Parecía haber algún grado de acuerdo en la sociedad acerca de la necesidad de cambio en el rumbo del país, a pesar del resentimiento causado por la intervención estadunidense en la campaña presidencial y la publicidad que sembraba el terror anticomunista. Aún la “Alianza para el Progreso”, programa oficial del gobierno de Estados Unidos para América Latina, reconocía lo insostenible de la situación social y promovía reformas que la Democracia Cristiana incorporó en su programa. Sin embargo, tal como ocurría con las concesiones ideológicas que hacía el gobierno de Kennedy, la acción reformista del gobierno pareció “demasiado poco demasiado tarde”. Los años del gobierno de Frei son los del desarrollo de “La nueva canción chilena”.
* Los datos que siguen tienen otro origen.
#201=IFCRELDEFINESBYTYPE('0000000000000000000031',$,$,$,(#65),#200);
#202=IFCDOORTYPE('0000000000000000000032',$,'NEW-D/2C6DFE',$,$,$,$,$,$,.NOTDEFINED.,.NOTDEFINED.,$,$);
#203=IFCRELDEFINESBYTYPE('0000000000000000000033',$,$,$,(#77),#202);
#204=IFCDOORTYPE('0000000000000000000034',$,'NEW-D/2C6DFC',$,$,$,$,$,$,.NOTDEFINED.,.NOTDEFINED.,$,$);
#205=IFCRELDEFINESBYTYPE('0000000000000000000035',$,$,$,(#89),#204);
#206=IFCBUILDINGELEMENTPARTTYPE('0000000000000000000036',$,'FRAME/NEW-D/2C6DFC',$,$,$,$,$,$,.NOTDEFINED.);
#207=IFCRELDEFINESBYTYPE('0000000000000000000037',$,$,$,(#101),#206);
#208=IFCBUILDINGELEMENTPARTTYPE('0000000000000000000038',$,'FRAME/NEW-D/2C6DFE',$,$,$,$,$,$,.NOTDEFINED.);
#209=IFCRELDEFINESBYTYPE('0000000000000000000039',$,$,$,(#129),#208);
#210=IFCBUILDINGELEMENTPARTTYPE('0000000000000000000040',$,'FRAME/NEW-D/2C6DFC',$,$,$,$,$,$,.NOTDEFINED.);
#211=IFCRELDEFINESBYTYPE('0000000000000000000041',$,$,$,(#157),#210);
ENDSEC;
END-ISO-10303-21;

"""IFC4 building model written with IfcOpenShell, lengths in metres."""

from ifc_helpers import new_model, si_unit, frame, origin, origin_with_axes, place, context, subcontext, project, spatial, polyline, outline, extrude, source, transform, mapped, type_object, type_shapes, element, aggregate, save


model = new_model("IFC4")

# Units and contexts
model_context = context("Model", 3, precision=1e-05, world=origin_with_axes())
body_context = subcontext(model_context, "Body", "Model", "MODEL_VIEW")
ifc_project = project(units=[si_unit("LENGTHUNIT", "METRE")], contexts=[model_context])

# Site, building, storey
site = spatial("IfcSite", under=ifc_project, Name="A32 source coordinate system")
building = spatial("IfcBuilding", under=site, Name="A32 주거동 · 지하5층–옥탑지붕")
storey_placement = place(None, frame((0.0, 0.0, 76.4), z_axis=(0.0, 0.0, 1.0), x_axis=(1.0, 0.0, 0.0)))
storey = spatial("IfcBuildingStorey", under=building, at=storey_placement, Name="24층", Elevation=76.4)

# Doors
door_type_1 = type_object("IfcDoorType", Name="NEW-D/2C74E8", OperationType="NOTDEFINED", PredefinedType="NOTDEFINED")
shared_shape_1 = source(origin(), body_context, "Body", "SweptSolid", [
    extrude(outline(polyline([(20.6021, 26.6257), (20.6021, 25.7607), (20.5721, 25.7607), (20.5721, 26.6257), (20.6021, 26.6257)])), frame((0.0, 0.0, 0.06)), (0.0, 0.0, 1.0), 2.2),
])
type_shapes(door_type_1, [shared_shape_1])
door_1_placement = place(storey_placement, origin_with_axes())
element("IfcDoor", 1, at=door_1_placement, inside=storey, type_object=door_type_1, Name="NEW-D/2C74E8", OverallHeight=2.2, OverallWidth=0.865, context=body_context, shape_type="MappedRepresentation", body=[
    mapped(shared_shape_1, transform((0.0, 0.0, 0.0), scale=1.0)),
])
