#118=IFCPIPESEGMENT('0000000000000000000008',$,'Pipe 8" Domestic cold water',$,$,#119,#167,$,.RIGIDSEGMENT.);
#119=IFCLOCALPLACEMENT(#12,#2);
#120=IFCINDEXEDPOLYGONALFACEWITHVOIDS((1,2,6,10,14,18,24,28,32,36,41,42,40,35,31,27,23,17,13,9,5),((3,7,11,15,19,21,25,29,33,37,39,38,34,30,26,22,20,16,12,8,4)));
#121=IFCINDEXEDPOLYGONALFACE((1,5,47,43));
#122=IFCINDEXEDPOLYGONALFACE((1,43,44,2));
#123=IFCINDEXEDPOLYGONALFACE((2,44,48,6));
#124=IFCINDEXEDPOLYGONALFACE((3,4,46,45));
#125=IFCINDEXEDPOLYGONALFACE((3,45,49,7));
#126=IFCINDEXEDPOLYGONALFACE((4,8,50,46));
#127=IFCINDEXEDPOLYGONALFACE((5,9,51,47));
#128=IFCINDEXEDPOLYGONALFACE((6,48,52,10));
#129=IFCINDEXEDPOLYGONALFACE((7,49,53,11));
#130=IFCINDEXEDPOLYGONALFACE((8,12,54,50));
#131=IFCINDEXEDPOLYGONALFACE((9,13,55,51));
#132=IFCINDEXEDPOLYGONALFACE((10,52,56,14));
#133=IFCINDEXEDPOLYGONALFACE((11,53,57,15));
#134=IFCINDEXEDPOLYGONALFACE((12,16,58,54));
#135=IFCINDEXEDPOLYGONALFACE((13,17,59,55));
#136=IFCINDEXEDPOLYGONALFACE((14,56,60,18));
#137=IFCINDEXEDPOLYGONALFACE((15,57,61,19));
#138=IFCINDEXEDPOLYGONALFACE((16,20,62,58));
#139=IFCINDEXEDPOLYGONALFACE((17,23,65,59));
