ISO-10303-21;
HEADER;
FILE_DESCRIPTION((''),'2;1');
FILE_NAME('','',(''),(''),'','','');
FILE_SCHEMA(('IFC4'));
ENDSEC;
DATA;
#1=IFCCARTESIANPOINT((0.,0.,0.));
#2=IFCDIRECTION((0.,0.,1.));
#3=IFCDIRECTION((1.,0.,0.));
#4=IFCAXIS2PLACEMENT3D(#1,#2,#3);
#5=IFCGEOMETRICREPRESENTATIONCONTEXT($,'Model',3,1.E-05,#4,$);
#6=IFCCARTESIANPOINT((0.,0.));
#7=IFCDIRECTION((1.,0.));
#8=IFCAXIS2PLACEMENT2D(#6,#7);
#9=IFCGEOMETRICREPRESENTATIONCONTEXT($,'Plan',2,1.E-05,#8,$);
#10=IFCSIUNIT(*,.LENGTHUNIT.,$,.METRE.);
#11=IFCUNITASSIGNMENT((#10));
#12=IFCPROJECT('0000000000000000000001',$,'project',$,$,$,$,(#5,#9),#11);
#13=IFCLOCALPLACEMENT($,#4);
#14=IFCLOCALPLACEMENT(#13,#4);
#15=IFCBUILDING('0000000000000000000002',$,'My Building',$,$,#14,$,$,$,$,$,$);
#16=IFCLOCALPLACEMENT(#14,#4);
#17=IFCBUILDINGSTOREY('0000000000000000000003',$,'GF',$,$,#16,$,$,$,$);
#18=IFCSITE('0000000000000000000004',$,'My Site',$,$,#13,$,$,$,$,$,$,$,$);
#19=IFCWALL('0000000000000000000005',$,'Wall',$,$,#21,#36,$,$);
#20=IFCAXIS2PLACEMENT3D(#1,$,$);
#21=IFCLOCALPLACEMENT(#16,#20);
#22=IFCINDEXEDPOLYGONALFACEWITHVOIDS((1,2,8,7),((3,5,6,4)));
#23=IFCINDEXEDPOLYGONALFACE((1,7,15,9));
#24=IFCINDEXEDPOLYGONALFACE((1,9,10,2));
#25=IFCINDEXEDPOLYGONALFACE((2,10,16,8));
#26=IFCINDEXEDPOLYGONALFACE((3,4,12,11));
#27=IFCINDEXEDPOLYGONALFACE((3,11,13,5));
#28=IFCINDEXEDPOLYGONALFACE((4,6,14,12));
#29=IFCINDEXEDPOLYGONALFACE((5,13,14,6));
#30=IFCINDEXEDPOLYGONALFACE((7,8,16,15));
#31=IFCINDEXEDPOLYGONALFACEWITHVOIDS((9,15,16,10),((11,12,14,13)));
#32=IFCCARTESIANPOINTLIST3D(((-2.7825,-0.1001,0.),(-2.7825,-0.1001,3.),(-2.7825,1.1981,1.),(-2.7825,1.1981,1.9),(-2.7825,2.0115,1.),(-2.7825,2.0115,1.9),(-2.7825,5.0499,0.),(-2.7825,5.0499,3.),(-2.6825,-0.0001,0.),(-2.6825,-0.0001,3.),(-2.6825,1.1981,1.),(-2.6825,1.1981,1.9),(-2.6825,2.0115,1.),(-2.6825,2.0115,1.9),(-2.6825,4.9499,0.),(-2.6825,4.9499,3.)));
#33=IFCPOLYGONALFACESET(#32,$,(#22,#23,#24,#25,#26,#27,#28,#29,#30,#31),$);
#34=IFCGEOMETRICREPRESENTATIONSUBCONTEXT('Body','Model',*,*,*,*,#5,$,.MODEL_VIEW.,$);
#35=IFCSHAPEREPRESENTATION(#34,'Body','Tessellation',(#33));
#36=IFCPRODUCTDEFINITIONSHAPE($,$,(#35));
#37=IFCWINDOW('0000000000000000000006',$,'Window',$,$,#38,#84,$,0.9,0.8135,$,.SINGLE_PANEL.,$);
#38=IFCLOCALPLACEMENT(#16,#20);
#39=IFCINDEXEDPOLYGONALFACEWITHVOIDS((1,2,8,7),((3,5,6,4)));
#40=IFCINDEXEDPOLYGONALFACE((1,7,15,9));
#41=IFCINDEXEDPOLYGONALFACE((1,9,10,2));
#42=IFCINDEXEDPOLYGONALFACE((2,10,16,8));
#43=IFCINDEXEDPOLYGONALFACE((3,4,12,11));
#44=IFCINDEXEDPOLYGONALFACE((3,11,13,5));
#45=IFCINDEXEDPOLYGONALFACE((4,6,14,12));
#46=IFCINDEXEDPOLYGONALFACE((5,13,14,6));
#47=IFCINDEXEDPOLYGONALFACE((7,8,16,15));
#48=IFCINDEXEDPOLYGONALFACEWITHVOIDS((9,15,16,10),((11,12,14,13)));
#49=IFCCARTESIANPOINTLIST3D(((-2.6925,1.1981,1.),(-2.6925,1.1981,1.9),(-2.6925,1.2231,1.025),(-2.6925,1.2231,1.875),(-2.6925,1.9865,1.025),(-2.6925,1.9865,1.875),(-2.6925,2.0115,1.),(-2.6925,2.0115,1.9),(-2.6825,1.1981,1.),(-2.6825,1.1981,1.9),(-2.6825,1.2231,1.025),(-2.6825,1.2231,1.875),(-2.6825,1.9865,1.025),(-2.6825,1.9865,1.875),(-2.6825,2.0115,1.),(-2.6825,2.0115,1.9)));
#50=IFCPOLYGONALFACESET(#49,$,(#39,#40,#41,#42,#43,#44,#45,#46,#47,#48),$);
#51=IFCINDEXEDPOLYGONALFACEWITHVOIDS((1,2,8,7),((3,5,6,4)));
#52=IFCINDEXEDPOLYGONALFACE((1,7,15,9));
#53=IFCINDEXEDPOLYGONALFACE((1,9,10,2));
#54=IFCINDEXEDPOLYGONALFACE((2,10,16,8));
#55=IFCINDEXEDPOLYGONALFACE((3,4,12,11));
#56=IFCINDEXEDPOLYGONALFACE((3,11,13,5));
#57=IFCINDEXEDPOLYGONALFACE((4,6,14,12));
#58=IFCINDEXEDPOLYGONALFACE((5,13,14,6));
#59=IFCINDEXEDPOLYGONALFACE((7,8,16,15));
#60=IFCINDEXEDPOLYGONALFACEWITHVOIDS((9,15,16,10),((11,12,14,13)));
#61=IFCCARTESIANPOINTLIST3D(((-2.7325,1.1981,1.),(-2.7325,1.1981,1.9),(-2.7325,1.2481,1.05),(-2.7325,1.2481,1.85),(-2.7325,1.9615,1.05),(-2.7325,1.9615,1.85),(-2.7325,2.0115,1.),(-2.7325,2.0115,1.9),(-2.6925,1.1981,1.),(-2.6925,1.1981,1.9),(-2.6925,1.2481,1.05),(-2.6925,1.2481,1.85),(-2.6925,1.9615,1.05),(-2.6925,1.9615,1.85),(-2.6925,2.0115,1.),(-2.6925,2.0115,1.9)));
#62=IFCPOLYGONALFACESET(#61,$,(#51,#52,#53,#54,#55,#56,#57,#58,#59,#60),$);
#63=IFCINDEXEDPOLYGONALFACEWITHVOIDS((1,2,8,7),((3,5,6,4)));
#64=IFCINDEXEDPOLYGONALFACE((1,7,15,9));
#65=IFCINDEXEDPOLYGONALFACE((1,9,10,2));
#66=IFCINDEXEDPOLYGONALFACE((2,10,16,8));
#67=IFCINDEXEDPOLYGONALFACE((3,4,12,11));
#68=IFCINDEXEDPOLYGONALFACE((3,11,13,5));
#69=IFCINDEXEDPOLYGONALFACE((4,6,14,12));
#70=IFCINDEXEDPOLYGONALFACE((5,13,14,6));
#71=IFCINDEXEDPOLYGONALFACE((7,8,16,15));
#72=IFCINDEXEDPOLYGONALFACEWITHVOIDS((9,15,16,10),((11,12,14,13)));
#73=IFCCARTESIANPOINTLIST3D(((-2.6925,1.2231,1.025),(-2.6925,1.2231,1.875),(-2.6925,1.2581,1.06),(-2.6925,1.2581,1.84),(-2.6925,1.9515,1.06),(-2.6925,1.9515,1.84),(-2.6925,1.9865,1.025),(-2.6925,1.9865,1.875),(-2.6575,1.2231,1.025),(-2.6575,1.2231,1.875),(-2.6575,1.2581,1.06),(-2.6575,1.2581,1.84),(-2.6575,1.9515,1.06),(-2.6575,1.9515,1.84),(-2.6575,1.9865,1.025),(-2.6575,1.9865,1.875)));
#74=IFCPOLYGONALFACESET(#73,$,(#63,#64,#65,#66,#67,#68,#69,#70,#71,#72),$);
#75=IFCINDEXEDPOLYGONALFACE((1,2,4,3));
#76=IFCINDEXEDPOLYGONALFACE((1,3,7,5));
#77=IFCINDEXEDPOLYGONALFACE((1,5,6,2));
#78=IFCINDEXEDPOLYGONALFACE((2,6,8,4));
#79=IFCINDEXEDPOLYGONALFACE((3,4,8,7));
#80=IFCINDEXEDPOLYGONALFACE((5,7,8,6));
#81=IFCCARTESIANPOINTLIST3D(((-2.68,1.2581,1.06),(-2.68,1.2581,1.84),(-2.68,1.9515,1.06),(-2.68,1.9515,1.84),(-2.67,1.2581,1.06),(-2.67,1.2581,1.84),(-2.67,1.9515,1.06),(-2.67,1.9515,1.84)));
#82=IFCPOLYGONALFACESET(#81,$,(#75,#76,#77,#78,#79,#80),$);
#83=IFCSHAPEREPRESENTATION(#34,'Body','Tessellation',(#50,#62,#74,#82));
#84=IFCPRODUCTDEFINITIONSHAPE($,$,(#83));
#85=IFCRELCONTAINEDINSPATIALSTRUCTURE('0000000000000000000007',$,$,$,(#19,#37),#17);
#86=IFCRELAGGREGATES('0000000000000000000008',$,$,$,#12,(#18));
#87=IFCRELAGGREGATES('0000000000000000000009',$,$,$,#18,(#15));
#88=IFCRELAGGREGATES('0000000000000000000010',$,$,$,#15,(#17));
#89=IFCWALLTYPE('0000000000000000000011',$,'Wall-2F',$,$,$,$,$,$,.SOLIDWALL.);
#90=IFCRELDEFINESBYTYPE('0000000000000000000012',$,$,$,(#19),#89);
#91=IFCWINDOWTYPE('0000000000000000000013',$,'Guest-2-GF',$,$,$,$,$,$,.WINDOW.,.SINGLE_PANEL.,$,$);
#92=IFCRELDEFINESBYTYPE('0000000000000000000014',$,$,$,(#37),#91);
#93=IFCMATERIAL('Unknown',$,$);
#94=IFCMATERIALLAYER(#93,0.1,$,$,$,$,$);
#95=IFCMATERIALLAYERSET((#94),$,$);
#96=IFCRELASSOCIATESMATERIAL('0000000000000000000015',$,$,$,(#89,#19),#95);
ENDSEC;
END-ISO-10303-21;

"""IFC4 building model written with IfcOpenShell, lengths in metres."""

from ifc_helpers import new_model, entity, si_unit, frame, origin_with_axes, origin_2d_with_axis, place, context, subcontext, project, spatial, line, indexed_curve, outline, extrude, shape, source, transform, mapped, material, layer, layer_set, layer_usage, type_object, type_shapes, element, fill, save


model = new_model("IFC4")

# Units and contexts
model_context = context("Model", 3, precision=1e-05, world=origin_with_axes())
plan_context = context("Plan", 2, precision=1e-05, world=origin_2d_with_axis())
body_context_1 = subcontext(model_context, "Body", "Model", "MODEL_VIEW")
body_context_2 = subcontext(plan_context, "Body", "Plan", "PLAN_VIEW")
ifc_project = project(units=[si_unit("LENGTHUNIT", "METRE")], contexts=[model_context, plan_context])

# Site, building, storey
site_placement = place(None, origin_with_axes())
site = spatial("IfcSite", under=ifc_project, at=site_placement, Name="My Site")
building_placement = place(site_placement, origin_with_axes())
building = spatial("IfcBuilding", under=site, at=building_placement, Name="My Building")
storey_placement = place(building_placement, origin_with_axes())
storey = spatial("IfcBuildingStorey", under=building, at=storey_placement, Name="GF")

# Shared definitions
ifc_material_1 = material(Name="Unknown")

# Shared definitions
ifc_layer_1 = layer(ifc_material_1, 0.1)
ifc_layer_set_1 = layer_set([ifc_layer_1])
wall_type = type_object("IfcWallType", Name="Wall-2F", PredefinedType="SOLIDWALL", material=ifc_layer_set_1)

# Wall, opening, window
ifc_layer_usage_1 = layer_usage(ifc_layer_set_1, "AXIS2", "POSITIVE", 0.0)
wall_1_placement = place(storey_placement, frame((-2.7825, 5.0499, 0.0), z_axis=(0.0, 0.0, 1.0), x_axis=(0.0, -1.0, 0.0)))
wall_1 = element("IfcWall", 1, at=wall_1_placement, inside=storey, type_object=wall_type, material=ifc_layer_usage_1, Name="Wall", context=body_context_1, shape_type="SweptSolid", body=[
    extrude(outline(indexed_curve([(0.0, 0.0), (0.1, 0.1), (5.05, 0.1), (5.15, 0.0)], segments=[line(1, 2, 3, 4, 1)])), origin_with_axes(), (0.0, 0.0, 1.0), 3.0),
])
shared_shape_1 = source(origin_with_axes(), body_context_1, "Body", "SweptSolid", [
    extrude(outline(indexed_curve([(0.0, 0.0), (0.8135, 0.0), (0.8135, 0.9), (0.0, 0.9)], segments=[line(1, 2, 3, 4, 1)])), frame((0.0, -0.6, 0.0), z_axis=(0.0, -1.0, 0.0), x_axis=(1.0, 0.0, 0.0)), (0.0, 0.0, -1.0), 1.2),
])
opening_1_placement = place(wall_1_placement, frame((3.0384, 0.0, 1.0), z_axis=(0.0, 0.0, 1.0), x_axis=(1.0, 0.0, 0.0)))
opening_1 = element("IfcOpeningElement", 2, at=opening_1_placement, cuts=wall_1, PredefinedType="OPENING", context=body_context_1, shape_type="MappedRepresentation", body=[
    mapped(shared_shape_1, transform((0.0, 0.0, 0.0), x_axis=(1.0, 0.0, 0.0), y_axis=(0.0, 1.0, 0.0), z_axis=(0.0, 0.0, 1.0), scale=1.0)),
])
window_type_1 = type_object("IfcWindowType", Name="Guest-2-GF", PartitioningType="SINGLE_PANEL", PredefinedType="WINDOW")
shared_shape_2 = source(origin_with_axes(), body_context_1, "Body", "SweptSolid", [
    extrude(outline(indexed_curve([(0.0, 0.0), (0.8135, 0.0), (0.8135, 0.9), (0.0, 0.9)], segments=[line(1, 2, 3, 4, 1)]), holes=[indexed_curve([(0.025, 0.025), (0.7885, 0.025), (0.7885, 0.875), (0.025, 0.875)], segments=[line(1, 2, 3, 4, 1)])]), frame((0.0, 0.09, 0.0), z_axis=(0.0, -1.0, 0.0), x_axis=(1.0, 0.0, 0.0)), (0.0, 0.0, -1.0), 0.01),
    extrude(outline(indexed_curve([(0.0, 0.0), (0.8135, 0.0), (0.8135, 0.9), (0.0, 0.9)], segments=[line(1, 2, 3, 4, 1)]), holes=[indexed_curve([(0.05, 0.05), (0.7635, 0.05), (0.7635, 0.85), (0.05, 0.85)], segments=[line(1, 2, 3, 4, 1)])]), frame((0.0, 0.05, 0.0), z_axis=(0.0, -1.0, 0.0), x_axis=(1.0, 0.0, 0.0)), (0.0, 0.0, -1.0), 0.04),
    extrude(outline(indexed_curve([(0.0, 0.0), (0.7635, 0.0), (0.7635, 0.85), (0.0, 0.85)], segments=[line(1, 2, 3, 4, 1)]), holes=[indexed_curve([(0.035, 0.035), (0.7285, 0.035), (0.7285, 0.815), (0.035, 0.815)], segments=[line(1, 2, 3, 4, 1)])]), frame((0.025, 0.09, 0.025), z_axis=(0.0, -1.0, 0.0), x_axis=(1.0, 0.0, 0.0)), (0.0, 0.0, -1.0), 0.035),
    extrude(outline(indexed_curve([(0.035, 0.035), (0.7285, 0.035), (0.7285, 0.815), (0.035, 0.815)], segments=[line(1, 2, 3, 4, 1)])), frame((0.025, 0.1025, 0.025), z_axis=(0.0, -1.0, 0.0), x_axis=(1.0, 0.0, 0.0)), (0.0, 0.0, -1.0), 0.01),
])
shared_shape_3 = source(origin_with_axes(), body_context_2, "Body", "Curve2D", [
    entity("IfcIndexedPolyCurve", entity("IfcCartesianPointList2D", [[0.05, 0.05], [0.7635, 0.05]])),
    entity("IfcIndexedPolyCurve", entity("IfcCartesianPointList2D", [[0.0, 0.1], [0.025, 0.1], [0.025, 0.09], [0.05, 0.09], [0.05, 0.05], [0.0, 0.05]]), [entity("IfcLineIndex", [1, 2, 3, 4, 5, 6, 1])]),
    entity("IfcIndexedPolyCurve", entity("IfcCartesianPointList2D", [[0.8135, 0.1], [0.7885, 0.1], [0.7885, 0.09], [0.7635, 0.09], [0.7635, 0.05], [0.8135, 0.05]]), [entity("IfcLineIndex", [1, 2, 3, 4, 5, 6, 1])]),
    entity("IfcIndexedPolyCurve", entity("IfcCartesianPointList2D", [[0.025, 0.09], [0.06, 0.09], [0.06, 0.125], [0.025, 0.125]]), [entity("IfcLineIndex", [1, 2, 3, 4, 1])]),
    entity("IfcIndexedPolyCurve", entity("IfcCartesianPointList2D", [[0.7885, 0.09], [0.7535, 0.09], [0.7535, 0.125], [0.7885, 0.125]]), [entity("IfcLineIndex", [1, 2, 3, 4, 1])]),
Más que La Peña de los Parra y Chile Ríe y Canta, es la proliferación de peñas en las escuelas universitarias y la omnipresencia de la guitarra en los hogares chilenos lo que cimienta un movimiento cultural que es parte de un fermento ideológico, que no lo niega y es reconocido por ello. La integración de la música en el ascenso político que condujo al triunfo del proyecto de vía chilena al socialismo está descrita y documentada en el cuerpo del libro. La descripción de los festejos de la asunción del mando de Salvador Allende y la incorporación de los jóvenes a los trabajos de verano y a las campañas políticas de 1973, hasta una terrible premonición de la inminencia del fin del sueño.
El reconocimiento del aporte de este movimiento fue doblemente trágico: por una parte, Salvador Allende dijo en sus últimas palabras dirigirse “a la juventud, a aquellos que cantaron y entregaron su alegría y su espíritu de lucha”, y, por otra, los asesinos de esta historia se ensañaron con Víctor Jara, queriendo acallar en él a una generación. No lo lograron.
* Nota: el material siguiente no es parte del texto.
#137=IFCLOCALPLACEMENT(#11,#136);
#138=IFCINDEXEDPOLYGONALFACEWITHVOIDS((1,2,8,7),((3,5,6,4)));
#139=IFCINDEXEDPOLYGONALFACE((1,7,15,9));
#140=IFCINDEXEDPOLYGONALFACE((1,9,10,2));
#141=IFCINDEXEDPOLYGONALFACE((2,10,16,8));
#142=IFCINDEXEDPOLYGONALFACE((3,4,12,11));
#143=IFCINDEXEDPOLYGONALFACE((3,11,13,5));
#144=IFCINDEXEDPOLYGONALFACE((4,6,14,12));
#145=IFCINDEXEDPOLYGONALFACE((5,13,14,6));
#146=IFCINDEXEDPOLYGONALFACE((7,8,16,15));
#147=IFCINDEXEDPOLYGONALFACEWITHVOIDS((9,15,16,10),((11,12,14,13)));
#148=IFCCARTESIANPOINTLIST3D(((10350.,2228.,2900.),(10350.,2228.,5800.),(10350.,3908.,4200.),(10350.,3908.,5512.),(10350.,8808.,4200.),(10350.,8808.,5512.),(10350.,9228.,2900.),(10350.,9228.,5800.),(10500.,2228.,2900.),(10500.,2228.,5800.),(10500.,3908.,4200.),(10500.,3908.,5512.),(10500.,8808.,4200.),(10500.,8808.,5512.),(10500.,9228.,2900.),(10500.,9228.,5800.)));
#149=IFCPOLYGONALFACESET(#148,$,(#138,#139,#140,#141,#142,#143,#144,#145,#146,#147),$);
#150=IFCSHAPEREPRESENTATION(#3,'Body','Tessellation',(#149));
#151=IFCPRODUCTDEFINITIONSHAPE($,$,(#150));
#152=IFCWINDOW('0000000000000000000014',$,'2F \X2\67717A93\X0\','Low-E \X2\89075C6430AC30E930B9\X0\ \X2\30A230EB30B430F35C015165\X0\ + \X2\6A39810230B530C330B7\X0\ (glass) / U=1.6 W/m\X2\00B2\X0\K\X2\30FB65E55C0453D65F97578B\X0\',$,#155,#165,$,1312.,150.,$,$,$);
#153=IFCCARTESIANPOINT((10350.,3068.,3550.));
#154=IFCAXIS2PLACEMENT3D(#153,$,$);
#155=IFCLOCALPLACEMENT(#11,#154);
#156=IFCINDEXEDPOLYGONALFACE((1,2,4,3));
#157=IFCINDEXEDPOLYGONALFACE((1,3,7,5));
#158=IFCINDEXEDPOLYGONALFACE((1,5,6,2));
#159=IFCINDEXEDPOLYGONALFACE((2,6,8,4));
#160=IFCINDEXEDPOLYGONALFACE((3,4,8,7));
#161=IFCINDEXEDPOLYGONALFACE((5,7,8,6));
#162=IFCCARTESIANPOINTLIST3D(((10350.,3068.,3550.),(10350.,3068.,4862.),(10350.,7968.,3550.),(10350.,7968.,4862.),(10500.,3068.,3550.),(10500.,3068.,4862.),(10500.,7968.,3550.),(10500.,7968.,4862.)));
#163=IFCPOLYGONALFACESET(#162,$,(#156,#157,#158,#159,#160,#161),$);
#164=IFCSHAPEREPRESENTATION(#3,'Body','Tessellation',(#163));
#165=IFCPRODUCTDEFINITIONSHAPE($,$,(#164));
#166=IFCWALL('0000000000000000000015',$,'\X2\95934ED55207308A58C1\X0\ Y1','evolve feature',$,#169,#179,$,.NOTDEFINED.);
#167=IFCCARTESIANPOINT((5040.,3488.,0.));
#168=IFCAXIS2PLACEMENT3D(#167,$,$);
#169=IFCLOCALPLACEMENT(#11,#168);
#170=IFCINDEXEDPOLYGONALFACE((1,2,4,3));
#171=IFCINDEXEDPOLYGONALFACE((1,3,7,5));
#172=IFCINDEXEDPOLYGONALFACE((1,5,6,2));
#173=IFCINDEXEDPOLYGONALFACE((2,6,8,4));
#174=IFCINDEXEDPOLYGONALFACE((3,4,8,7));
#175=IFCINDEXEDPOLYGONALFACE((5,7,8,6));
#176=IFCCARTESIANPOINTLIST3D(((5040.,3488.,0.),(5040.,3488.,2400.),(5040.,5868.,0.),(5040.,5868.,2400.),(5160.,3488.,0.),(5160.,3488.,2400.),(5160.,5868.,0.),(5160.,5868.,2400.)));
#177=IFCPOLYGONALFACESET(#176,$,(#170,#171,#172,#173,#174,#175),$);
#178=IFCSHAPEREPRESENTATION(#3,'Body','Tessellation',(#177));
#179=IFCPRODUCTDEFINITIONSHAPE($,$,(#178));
Chile siguió cantando en la clandestinidad, en el exilio y encontró otra música, de resistencia en la derrota. Los años setenta y ochenta bajo la dictadura vieron aparecer otro movimiento musical con una continuidad espiritual con la nueva canción chilena pero con una poesía distinta, que aprendió a expresarse “entre líneas” y con una elaboración musical más sofisticada, que llegó al virtuosismo instrumental y con letras que marcaron emocionalmente cada etapa de su historia.
Esa ya no es mi historia. Desde lejos, el contacto es intermitente. Sólo recuerdo que un hombre de los más sabios que tuve la suerte de conocer en el exilio, Rafael Baraona, dijo un día: “escuché un dúo chileno insólito. Se llaman Schwenke y Nilo”.